Catholics often cite Mathew 16:19 to support their belief in the earthly supremacy of the Pope as the leader of the Church, as well as the idea of papal succession. Is this accurate? What do the God-breathed Scriptures say?

What Did Jesus mean by “On this Rock I will Build My Church”?

The Messiah made this well-known statement after asking his disciples if they knew who he truly was. Simon Peter answered, “You are the Christ, the Son of the living God” (verse 16).

Jesus replied, “Blessed are you, Simon son of Jonah, for this was not revealed to you by man, but by my Father in heaven. (18) And I tell you that you are Peter, and on this rock I will build my church, and the gates of Hades will not overcome it.

Matthew 16:17-18

This is honestly flimsy evidence to support something as important as the earthly supremacy of a bishop (Pope) in Rome over Christ’s worldwide Church, not to mention the Catholic doctrine of papal succession.

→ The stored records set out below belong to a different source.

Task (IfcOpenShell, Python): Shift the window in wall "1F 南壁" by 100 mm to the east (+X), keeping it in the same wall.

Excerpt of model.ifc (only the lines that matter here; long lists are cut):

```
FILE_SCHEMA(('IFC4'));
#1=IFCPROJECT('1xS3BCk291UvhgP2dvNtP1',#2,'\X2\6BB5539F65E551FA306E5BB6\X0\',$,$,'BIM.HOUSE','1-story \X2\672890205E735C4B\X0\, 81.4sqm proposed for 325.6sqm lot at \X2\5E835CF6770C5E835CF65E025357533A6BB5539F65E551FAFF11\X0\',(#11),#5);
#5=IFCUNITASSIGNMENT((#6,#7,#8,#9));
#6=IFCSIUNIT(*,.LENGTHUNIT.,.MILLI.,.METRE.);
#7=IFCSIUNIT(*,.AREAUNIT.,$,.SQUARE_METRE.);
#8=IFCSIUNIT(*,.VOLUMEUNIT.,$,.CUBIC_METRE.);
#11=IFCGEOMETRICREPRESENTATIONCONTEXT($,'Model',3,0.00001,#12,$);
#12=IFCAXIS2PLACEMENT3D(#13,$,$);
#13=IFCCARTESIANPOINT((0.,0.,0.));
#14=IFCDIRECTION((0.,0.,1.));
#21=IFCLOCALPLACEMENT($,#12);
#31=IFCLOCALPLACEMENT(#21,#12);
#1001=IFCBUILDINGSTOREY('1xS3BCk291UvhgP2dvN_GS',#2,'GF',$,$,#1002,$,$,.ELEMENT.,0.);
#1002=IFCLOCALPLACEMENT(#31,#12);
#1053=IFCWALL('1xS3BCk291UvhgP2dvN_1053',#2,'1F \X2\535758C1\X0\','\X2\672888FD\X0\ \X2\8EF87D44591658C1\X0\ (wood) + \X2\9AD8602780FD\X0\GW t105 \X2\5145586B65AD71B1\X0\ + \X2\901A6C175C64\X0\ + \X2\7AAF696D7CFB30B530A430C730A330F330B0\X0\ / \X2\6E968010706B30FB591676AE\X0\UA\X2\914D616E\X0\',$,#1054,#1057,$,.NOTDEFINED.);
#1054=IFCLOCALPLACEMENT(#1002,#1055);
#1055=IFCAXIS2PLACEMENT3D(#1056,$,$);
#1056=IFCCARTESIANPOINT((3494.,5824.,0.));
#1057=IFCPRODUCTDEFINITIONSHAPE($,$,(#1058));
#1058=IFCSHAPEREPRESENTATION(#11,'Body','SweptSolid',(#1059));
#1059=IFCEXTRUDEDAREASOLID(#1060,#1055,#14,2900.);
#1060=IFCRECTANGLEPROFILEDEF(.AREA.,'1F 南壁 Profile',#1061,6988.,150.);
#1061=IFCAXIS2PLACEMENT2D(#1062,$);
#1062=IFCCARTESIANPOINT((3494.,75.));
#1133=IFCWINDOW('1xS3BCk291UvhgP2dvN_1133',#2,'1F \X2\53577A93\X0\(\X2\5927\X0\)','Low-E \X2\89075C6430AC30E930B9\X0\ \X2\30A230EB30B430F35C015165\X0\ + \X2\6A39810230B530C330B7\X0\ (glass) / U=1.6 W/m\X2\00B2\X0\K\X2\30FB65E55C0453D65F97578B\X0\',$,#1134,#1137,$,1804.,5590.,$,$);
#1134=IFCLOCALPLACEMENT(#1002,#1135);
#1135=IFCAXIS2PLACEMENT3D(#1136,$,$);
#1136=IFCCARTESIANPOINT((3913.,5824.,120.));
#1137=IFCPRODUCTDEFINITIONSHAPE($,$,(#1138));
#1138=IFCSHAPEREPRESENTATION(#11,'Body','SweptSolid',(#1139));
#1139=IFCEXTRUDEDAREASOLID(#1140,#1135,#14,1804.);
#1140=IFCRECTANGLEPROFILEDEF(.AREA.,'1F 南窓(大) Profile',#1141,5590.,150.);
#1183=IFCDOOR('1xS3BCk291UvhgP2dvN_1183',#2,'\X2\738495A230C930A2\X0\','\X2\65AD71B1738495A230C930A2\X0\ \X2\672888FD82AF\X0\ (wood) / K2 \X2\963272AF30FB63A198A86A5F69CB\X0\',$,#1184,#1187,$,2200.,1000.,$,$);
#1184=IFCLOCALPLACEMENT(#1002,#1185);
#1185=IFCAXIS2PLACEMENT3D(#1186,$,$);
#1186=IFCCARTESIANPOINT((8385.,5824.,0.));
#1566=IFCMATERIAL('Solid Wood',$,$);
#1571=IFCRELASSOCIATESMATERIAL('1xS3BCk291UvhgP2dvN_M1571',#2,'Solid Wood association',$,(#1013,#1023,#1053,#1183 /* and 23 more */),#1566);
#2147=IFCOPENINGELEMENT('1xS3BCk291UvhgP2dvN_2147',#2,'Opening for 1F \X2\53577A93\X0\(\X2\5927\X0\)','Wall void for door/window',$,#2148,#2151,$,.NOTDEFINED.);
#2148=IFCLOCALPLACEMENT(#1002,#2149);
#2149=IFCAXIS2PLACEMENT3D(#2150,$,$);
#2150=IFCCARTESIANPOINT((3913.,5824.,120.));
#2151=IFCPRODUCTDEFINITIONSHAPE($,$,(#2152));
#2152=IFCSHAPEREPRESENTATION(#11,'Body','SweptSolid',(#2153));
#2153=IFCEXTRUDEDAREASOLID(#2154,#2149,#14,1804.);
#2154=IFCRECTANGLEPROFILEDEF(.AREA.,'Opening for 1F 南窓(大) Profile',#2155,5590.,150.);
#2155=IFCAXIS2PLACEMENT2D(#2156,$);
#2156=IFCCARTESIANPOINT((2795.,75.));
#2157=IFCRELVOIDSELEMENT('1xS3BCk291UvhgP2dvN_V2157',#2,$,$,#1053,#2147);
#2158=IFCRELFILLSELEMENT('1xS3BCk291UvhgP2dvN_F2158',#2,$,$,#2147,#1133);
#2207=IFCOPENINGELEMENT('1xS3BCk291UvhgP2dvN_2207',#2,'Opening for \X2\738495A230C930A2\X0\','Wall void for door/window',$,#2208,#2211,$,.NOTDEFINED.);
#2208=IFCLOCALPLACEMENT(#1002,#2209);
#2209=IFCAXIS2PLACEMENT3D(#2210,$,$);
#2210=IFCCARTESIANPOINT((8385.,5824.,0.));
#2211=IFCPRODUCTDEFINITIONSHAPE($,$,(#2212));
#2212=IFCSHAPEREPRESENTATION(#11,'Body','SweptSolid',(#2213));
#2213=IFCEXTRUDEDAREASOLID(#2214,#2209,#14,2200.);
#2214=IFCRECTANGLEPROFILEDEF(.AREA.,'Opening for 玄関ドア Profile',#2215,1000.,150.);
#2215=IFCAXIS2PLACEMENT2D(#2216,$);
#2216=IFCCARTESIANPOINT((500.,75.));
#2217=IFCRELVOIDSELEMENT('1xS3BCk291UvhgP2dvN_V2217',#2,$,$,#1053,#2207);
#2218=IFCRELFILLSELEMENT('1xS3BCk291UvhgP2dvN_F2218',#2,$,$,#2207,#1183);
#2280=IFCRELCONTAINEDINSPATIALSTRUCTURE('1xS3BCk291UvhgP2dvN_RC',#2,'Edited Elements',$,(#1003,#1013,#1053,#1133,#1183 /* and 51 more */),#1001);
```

```python
import ifcopenshell
import ifcopenshell.api.geometry
import ifcopenshell.util.placement
import ifcopenshell.util.unit

model = ifcopenshell.open("model.ifc")
unit_scale = ifcopenshell.util.unit.calculate_unit_scale(model)

window = model.by_guid("1xS3BCk291UvhgP2dvN_1133")
opening = window.FillsVoids[0].RelatingOpeningElement
wall = opening.VoidsElements[0].RelatingBuildingElement

wall_matrix = ifcopenshell.util.placement.get_local_placement(wall.ObjectPlacement)
shift = wall_matrix[:3, 0] * 0.1 / unit_scale
before = ifcopenshell.util.placement.get_local_placement(window.ObjectPlacement)[:3, 3].copy()

# The window is not placed relative to its opening, so move both.
for product in (opening, window):
    matrix = ifcopenshell.util.placement.get_local_placement(product.ObjectPlacement)
    matrix[:3, 3] += shift
    ifcopenshell.api.geometry.edit_object_placement(model, product=product, matrix=matrix, is_si=False)

after = ifcopenshell.util.placement.get_local_placement(window.ObjectPlacement)[:3, 3]
print("window moved by", (after - before).round(3) + 0.0)

model.write("model_v2.ifc")
```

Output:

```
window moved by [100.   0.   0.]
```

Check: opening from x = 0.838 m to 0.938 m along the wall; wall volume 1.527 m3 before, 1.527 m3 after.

Let’s first define the word “Church”: In the Greek this word is ekklesia (ee-KLEE-see-ah), meaning “called out of ” or “the called-out ones.” It refers to people who have been called out of the darkness of this world and consecrated to the LORD via responding in faith & repentance to the good news of the message of Christ (Acts 20:21) and the ensuing spiritual rebirth (1 Peter 1:3,23 & James 1:18). The worldwide Church is synonymous with “the body of Christ” (Colossians 1:18) and is also called “God’s household” or “the household of God” in Scripture (1 Timothy 3:15). The Church  includes every genuine believer who’s experienced spiritual regeneration regardless of what sectarian tag they favor (John 3:3,6 & Titus 3:5).*

* Always remember this about sectarian tags: Putting a label of ‘corn’ on a can of beans doesn’t make the can of beans a can of corn.

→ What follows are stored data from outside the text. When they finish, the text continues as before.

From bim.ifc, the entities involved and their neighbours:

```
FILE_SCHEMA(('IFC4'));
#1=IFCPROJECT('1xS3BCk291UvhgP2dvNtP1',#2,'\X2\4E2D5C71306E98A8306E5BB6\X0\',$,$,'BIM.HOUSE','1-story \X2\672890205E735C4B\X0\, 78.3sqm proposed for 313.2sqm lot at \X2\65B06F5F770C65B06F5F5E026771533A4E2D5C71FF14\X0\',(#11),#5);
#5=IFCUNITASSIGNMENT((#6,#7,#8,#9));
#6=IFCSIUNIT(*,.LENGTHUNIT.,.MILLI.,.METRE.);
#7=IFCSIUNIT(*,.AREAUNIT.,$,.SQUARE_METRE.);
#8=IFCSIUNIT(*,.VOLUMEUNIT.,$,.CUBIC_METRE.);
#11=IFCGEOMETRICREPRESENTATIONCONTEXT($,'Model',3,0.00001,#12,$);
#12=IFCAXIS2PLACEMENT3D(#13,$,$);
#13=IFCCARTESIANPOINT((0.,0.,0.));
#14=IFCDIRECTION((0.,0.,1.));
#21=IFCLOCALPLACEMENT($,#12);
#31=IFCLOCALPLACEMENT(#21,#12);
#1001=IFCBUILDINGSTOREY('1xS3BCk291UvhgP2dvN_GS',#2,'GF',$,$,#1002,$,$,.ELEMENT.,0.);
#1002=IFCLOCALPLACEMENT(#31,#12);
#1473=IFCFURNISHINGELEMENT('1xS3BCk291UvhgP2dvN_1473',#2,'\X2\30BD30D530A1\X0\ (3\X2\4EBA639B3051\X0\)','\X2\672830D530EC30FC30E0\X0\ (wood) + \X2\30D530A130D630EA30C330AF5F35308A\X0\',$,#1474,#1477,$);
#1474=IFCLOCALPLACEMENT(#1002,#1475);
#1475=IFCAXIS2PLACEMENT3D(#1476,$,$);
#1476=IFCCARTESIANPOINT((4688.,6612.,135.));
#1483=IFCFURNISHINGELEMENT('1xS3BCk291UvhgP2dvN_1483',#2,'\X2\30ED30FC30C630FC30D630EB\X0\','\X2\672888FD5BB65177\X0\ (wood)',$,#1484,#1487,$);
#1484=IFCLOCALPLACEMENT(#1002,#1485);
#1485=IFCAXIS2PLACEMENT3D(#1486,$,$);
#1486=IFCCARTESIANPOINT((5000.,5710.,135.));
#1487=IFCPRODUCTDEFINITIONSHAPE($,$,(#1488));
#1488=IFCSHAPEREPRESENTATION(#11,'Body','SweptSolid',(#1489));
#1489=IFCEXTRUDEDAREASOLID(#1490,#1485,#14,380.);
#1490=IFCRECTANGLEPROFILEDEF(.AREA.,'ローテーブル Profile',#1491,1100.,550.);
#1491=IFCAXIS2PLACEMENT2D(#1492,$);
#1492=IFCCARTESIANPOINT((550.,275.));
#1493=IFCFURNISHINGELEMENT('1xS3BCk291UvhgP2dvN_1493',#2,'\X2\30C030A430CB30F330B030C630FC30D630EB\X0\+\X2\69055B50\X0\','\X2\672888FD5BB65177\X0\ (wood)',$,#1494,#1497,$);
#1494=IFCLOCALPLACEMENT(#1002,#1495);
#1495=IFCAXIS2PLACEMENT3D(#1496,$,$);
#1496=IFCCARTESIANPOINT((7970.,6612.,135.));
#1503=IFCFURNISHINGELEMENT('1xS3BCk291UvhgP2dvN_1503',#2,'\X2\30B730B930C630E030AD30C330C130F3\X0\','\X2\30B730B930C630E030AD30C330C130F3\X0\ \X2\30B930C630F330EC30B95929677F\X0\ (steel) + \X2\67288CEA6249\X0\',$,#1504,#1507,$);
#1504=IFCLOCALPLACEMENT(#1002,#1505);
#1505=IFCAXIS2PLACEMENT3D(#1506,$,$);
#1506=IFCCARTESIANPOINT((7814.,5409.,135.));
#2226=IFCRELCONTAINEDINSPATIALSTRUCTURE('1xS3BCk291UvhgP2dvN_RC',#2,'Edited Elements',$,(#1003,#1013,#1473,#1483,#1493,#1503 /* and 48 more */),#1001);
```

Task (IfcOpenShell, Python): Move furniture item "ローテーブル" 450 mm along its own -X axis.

```python
import ifcopenshell
import ifcopenshell.api.geometry
import ifcopenshell.util.placement
import ifcopenshell.util.unit

model = ifcopenshell.open("bim.ifc")
unit_scale = ifcopenshell.util.unit.calculate_unit_scale(model)

item = model.by_guid("1xS3BCk291UvhgP2dvN_1483")
matrix = ifcopenshell.util.placement.get_local_placement(item.ObjectPlacement)
matrix[:3, 3] -= matrix[:3, 0] * 0.45 / unit_scale
ifcopenshell.api.geometry.edit_object_placement(model, product=item, matrix=matrix, is_si=False)

print(ifcopenshell.util.placement.get_local_placement(item.ObjectPlacement).round(3) + 0.0)

model.write("bim-out.ifc")
```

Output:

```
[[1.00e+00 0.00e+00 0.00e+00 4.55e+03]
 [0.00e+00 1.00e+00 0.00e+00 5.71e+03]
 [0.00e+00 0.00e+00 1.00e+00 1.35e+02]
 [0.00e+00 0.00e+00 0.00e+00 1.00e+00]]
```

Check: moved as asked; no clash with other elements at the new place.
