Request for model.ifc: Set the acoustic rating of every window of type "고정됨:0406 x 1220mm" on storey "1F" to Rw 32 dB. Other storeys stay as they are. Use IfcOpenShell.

First a look at what the model holds.

```python
import ifcopenshell
import ifcopenshell.util.element

model = ifcopenshell.open("model.ifc")
print(model.schema)
storey = next(s for s in model.by_type("IfcBuildingStorey") if s.Name == "1F")
windows = [e for e in ifcopenshell.util.element.get_decomposition(storey) if e.is_a("IfcWindow")]
seen = {}
for e in windows:
    element_type = ifcopenshell.util.element.get_type(e)
    key = (element_type.Name if element_type != e and element_type else None, ifcopenshell.util.element.get_pset(e, "Pset_WindowCommon", "AcousticRating"))
    seen[key] = seen.get(key, 0) + 1
for (name, value), count in sorted(seen.items(), key=str):
    print(count, "x", name, "|", value)
```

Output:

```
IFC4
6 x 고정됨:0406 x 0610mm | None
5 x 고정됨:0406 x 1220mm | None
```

```python
import ifcopenshell
import ifcopenshell.api.pset
import ifcopenshell.util.element

model = ifcopenshell.open("model.ifc")

storey = next(s for s in model.by_type("IfcBuildingStorey") if s.Name == "1F")
windows = [e for e in ifcopenshell.util.element.get_decomposition(storey) if e.is_a("IfcWindow")]

count = 0
for e in windows:
    element_type = ifcopenshell.util.element.get_type(e)
    if element_type in (None, e) or element_type.Name != "고정됨:0406 x 1220mm":
        continue
    # add_pset returns the element's existing set when there is one.
    pset = ifcopenshell.api.pset.add_pset(model, product=e, name="Pset_WindowCommon")
    ifcopenshell.api.pset.edit_pset(model, pset=pset, properties={"AcousticRating": "Rw 32 dB"})
    count += 1

print(count, "windows updated")

model.write("model_v2.ifc")
```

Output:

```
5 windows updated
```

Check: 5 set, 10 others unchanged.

So what is the “rock” on which Christ said he would build his church? It’s not Peter whose name in Greek, petros, means “stone.” The “rock” on which Jesus will build his church is petra in the Greek, meaning “large rock” or “bedrock.” When you’re driving down an interstate highway and pass through a section with sheer rock cliffs on either side it’s obvious that the road-workers literally blasted through a big hill or mountain. When I see this I often marvel at the solid mass of rock underlying the topsoil. This is petra or bedrock. Christ figuratively said his church would be built on such bedrock—an incredible mass of solid rock. What is this “rock”? It’s the revelation of the fact that Jesus is the Christ or Messiah, which literally means “anointed one.” It’s a revelation because Jesus said it was “revealed” to Peter by Father God.

What’s the big deal about having a revelation that Jesus is the Christ? Please understand that “Christ” is not the last name of Jesus. “Christ” is translated from the Greek word Christos (khris-TOS), which means “anointed one” and comes from the Hebrew mashach (maw-SHAKH) meaning “anointed” or “chosen one.” A good example of this Hebrew word used in reference to Jesus in the Scriptures is Psalm 45:7.

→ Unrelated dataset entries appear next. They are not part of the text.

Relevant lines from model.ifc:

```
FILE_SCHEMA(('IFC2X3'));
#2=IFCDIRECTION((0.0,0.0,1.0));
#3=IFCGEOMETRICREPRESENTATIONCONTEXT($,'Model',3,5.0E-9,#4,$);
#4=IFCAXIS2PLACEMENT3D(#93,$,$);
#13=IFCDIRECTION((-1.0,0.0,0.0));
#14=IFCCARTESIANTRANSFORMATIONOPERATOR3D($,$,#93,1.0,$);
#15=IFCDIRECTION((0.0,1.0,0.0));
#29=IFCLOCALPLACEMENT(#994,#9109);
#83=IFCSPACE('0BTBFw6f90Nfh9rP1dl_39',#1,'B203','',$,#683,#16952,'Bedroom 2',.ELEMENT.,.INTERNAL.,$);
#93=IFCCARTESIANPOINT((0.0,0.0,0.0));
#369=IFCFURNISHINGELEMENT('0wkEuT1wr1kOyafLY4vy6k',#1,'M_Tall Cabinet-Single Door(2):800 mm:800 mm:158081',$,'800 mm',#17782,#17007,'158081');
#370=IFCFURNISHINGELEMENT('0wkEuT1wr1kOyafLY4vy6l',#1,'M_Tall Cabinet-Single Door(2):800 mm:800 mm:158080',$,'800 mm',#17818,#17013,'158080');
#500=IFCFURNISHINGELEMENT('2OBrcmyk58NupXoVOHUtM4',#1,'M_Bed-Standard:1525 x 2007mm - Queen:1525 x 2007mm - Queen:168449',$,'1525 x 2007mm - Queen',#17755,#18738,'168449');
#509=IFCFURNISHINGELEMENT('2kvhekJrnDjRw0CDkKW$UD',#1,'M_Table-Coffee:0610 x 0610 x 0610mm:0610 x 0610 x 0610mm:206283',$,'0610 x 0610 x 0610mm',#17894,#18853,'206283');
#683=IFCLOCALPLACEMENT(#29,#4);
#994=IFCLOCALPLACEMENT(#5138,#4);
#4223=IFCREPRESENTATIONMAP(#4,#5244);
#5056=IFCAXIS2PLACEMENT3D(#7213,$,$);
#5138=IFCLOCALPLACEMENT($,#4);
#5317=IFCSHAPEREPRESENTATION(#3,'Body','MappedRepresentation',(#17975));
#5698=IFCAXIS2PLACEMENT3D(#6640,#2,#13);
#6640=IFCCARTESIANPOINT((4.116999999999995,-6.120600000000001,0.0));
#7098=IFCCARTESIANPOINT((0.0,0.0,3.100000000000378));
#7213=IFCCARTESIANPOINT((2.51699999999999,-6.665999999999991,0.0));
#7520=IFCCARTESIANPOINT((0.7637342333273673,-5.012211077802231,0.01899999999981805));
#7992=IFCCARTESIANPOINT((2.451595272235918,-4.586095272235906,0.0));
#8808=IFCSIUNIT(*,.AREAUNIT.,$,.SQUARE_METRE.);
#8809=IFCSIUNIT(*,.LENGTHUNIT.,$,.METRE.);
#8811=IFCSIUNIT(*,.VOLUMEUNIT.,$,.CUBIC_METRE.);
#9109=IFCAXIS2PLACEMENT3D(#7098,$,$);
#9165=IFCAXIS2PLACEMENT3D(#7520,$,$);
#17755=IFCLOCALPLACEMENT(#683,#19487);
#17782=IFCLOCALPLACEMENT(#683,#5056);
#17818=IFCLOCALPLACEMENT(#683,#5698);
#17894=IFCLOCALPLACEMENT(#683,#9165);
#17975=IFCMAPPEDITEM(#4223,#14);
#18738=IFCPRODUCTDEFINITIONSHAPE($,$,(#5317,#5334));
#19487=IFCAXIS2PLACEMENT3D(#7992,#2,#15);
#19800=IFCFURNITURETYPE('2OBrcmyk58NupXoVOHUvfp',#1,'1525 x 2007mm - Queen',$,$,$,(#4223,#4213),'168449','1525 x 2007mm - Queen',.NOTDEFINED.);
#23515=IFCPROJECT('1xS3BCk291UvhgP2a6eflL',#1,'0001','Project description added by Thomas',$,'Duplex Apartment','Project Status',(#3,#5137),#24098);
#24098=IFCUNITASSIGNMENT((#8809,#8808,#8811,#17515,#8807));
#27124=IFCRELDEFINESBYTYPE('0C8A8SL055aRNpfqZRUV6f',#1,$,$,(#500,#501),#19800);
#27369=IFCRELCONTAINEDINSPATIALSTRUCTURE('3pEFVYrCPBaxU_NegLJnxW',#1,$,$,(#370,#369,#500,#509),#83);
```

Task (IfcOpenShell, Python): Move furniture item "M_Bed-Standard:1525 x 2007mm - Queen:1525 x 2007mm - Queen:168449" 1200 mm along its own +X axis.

```python
import ifcopenshell
import ifcopenshell.api.geometry
import ifcopenshell.util.placement
import ifcopenshell.util.unit

model = ifcopenshell.open("model.ifc")
unit_scale = ifcopenshell.util.unit.calculate_unit_scale(model)

item = model.by_guid("2OBrcmyk58NupXoVOHUtM4")
matrix = ifcopenshell.util.placement.get_local_placement(item.ObjectPlacement)
matrix[:3, 3] += matrix[:3, 0] * 1.2 / unit_scale
ifcopenshell.api.geometry.edit_object_placement(model, product=item, matrix=matrix, is_si=False)

print(ifcopenshell.util.placement.get_local_placement(item.ObjectPlacement).round(3) + 0.0)

model.write("model-out.ifc")
```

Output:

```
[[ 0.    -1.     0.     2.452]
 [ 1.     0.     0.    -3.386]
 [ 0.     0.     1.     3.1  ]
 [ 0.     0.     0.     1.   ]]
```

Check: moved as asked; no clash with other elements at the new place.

“Jesus” was simply the name the angel Gabriel gave to Mary, as shown in Luke 1:31. This name was specifically given because ‘Jesus’ is the transliteration of a Hebrew term meaning “Yahweh [God] saves” (or “Yahweh is salvation”). So ‘Jesus’ is the Lord’s God-given proper name while ‘Christ’ is his title, signifying that Jesus was sent from God as humanity’s King and Deliverer. With this understanding, ‘Jesus Christ’ means “Jesus the Anointed One” and could be translated as “God saves through His Anointed One.”

While the meaning of mashach—“anointed”—literally refers to the pouring of oil, it can also refer to one’s separation unto God, even if literal oil is not actually used (Hebrews 1:9). You see, when someone was promoted to a position of authority in the Old Testament, oil was smeared on the person’s head to signify being consecrated (separated) for God’s work. See 1 Samuel 10:1 for a good example. Anointing was a ritualistic act indicating God’s choosing (e.g., 1 Samuel 24:6).  Kings, priests, and prophets were all set apart for the LORD’s ministry in this manner.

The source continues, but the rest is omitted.